Each of the records that follow needs an exact reproduction.

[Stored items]
──────────

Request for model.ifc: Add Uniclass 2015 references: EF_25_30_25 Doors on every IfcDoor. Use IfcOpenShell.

First a look at what the model holds.

```python
import ifcopenshell

model = ifcopenshell.open("model.ifc")
print(model.schema)
print("classifications:", [c.Name for c in model.by_type("IfcClassification")])
for ifc_class in ("IfcDoor", "IfcRoof", "IfcStair", "IfcWall", "IfcWindow"):
    print(ifc_class, len(model.by_type(ifc_class)))
```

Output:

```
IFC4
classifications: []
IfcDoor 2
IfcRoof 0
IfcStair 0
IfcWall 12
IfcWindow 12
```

```python
import ifcopenshell
import ifcopenshell.api.classification

model = ifcopenshell.open("model.ifc")

system = ifcopenshell.api.classification.add_classification(model, classification="Uniclass 2015")

codes = {
    "IfcDoor": ("EF_25_30_25", "Doors"),
}
for ifc_class, (code, name) in codes.items():
    products = model.by_type(ifc_class)
    ifcopenshell.api.classification.add_reference(
        model, products=products, classification=system, identification=code, name=name
    )
    print(code, len(products))

model.write("model-out.ifc")
```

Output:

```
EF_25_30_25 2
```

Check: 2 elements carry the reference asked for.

──────────

* Exercise response:
Request for model.ifc: Add Uniclass 2015 references: EF_25_30_25 Doors on every IfcDoor. Use IfcOpenShell.

First a look at what the model holds.

```python
import ifcopenshell

model = ifcopenshell.open("model.ifc")
print(model.schema)
print("classifications:", [c.Name for c in model.by_type("IfcClassification")])
for ifc_class in ("IfcDoor", "IfcRoof", "IfcStair", "IfcWall", "IfcWindow"):
    print(ifc_class, len(model.by_type(ifc_class)))
```

Output:

```
IFC4
classifications: []
IfcDoor 2
IfcRoof 0
IfcStair 0
IfcWall 12
IfcWindow 12
```

```python
import ifcopenshell
import ifcopenshell.api.classification

model = ifcopenshell.open("model.ifc")

system = ifcopenshell.api.classification.add_classification(model, classification="Uniclass 2015")

codes = {
    "IfcDoor": ("EF_25_30_25", "Doors"),
}
for ifc_class, (code, name) in codes.items():
    products = model.by_type(ifc_class)
    ifcopenshell.api.classification.add_reference(
        model, products=products, classification=system, identification=code, name=name
    )
    print(code, len(products))

model.write("model-out.ifc")
```

Output:

```
EF_25_30_25 2
```

Check: 2 elements carry the reference asked for.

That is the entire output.